#1287: A Certain Dr. Thorndyke (1927) by R. Austin Freeman


You have to buy the whole book of A Certain Dr. Thorndyke (1927), the tenth novel featuring R. Austin Freeman’s eponymous, esteemed medical jurist, but I’d advise only reading half of it. Rather like final Sherlock Holmes novel The Valley of Fear (1915) by Arthur Conan Doyle, the story here is split into two parts, one of criminous shenanigans and one of tedious backstory — though Freeman’s backstory comes first — and, even then, the crime and its investigation are only just about interesting to hold the attention. Mostly this smells of an idea Freeman couldn’t let go that should have been at best a novella, but which finds itself beefed up so that he could fulfil a clause in a contract. He does so enthusiastically, but it’s not a good read.

The first half, then, concerns the story of John Osmond, hiding out in Adaffia, somewhere on the “Slave Coast” in Africa, no doubt drawing on Freeman’s own experiences in West Africa before illness saw him shipped home. Alas, despite our author’s knowledge of the people and place whereof he writes, there’s a lot of century-old language and attitudes which don’t exactly endear this to the reader of 2025. That, though, is then cast aside as this becomes a sort of hijinx on the high seas tale which, as Nick Fuller points out, would have been popular at the time but sits oddly against the tale of common sense reasoning this is to become. Honestly, I could probably have just about put up with a full novel of Osmond at sea, given the inventive way he overcomes his difficulties — chapter 4, ‘The Phantom Mate’, is very entertaining — but this palled since I knew it wasn’t going to be the eventual focus of the story.

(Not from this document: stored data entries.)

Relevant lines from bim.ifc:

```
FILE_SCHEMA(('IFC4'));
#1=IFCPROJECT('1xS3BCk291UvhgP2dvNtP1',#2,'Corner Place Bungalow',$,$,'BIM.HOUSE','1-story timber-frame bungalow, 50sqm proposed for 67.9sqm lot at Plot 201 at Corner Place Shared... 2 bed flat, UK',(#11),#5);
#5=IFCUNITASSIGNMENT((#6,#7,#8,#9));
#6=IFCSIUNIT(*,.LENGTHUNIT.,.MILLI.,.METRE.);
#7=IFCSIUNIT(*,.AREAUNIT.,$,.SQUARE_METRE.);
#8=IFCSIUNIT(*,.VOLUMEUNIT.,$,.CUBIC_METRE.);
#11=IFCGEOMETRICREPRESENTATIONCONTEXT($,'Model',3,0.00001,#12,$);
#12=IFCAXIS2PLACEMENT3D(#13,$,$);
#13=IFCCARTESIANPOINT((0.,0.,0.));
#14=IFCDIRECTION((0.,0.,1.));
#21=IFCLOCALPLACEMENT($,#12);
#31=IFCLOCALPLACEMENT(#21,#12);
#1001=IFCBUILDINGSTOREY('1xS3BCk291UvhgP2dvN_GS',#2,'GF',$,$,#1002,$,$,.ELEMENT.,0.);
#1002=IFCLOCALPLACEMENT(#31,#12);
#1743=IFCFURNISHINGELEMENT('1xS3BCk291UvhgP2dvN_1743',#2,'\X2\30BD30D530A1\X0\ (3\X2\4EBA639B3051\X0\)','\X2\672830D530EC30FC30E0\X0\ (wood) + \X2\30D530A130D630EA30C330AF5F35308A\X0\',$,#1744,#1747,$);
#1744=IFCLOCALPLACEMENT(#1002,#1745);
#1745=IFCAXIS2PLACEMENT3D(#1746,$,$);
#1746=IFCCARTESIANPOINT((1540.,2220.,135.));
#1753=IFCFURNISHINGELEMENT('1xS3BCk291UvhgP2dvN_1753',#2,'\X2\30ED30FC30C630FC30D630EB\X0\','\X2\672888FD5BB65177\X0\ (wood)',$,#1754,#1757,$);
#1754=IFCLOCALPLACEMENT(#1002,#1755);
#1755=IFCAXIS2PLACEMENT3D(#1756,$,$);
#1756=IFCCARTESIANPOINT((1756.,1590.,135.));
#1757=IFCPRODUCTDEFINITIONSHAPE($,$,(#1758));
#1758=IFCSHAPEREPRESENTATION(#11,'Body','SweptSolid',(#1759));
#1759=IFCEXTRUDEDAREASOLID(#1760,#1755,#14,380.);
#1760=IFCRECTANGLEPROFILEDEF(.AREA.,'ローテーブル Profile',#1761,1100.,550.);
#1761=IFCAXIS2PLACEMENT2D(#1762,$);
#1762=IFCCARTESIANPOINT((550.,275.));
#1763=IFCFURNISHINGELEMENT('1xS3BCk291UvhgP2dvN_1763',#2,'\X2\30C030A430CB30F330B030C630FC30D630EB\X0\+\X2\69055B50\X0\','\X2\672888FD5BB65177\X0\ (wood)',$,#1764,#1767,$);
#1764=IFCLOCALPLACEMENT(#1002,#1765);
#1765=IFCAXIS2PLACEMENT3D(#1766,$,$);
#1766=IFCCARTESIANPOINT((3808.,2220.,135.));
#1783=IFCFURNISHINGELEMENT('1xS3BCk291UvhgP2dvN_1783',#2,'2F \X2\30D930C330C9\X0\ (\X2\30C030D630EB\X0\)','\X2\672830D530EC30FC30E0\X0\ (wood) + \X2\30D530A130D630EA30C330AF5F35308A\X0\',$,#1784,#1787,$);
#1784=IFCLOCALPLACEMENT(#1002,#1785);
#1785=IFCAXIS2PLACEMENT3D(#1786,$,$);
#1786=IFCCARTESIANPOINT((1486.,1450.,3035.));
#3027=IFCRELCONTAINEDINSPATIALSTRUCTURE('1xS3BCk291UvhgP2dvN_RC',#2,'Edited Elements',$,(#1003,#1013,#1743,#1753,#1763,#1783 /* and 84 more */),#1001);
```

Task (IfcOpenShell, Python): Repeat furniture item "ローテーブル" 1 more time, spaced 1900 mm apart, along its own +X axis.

```python
import ifcopenshell
import ifcopenshell.api.geometry
import ifcopenshell.api.root
import ifcopenshell.util.element
import ifcopenshell.util.placement

model = ifcopenshell.open("bim.ifc")


def reuse_history(source, copy):
    """copy_class also copies each property set's owner history, people and application; keep the originals."""
    for rel in copy.IsDefinedBy:
        if rel.is_a("IfcRelDefinesByProperties") and (history := rel.RelatingPropertyDefinition.OwnerHistory):
            rel.RelatingPropertyDefinition.OwnerHistory = source.OwnerHistory
            ifcopenshell.util.element.remove_deep2(model, history)


source = model.by_guid("1xS3BCk291UvhgP2dvN_1753")
base = ifcopenshell.util.placement.get_local_placement(source.ObjectPlacement)
step = base[:3, 0] * 1900.0

for i in range(1, 2):
    copy = ifcopenshell.api.root.copy_class(model, product=source)
    copy.Representation = ifcopenshell.util.element.copy_deep(
        model, source.Representation, exclude=["IfcGeometricRepresentationContext", "IfcRepresentationMap"]
    )
    reuse_history(source, copy)
    matrix = base.copy()
    matrix[:3, 3] += i * step
    print("added at", matrix[:3, 3].round(3) + 0.0)
    ifcopenshell.api.geometry.edit_object_placement(model, product=copy, matrix=matrix, is_si=False)

model.write("bim_rev.ifc")
```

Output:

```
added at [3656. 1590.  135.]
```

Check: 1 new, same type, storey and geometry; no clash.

The second half sees us back in London, and Thorndyke consulted when some jewels go missing in sort-of-but-not-really impossible circumstances, with it transpiring — and, look, mild spoilers, but the book’s hardly exciting enough to get too invested in, and I say that as a big fan of this series — that Osmond is suspected of the theft. And so Thorndyke takes it upon himself to investigate the boxes, sealed with paper and string and wax, from which these baffling vanishments have occurred:

“Your methods, Dr. Thorndyke,” said [Mr. Penfield], “are a perennial source of wonder to me. May I ask what kind of information you expect to extract from the empty boxes?”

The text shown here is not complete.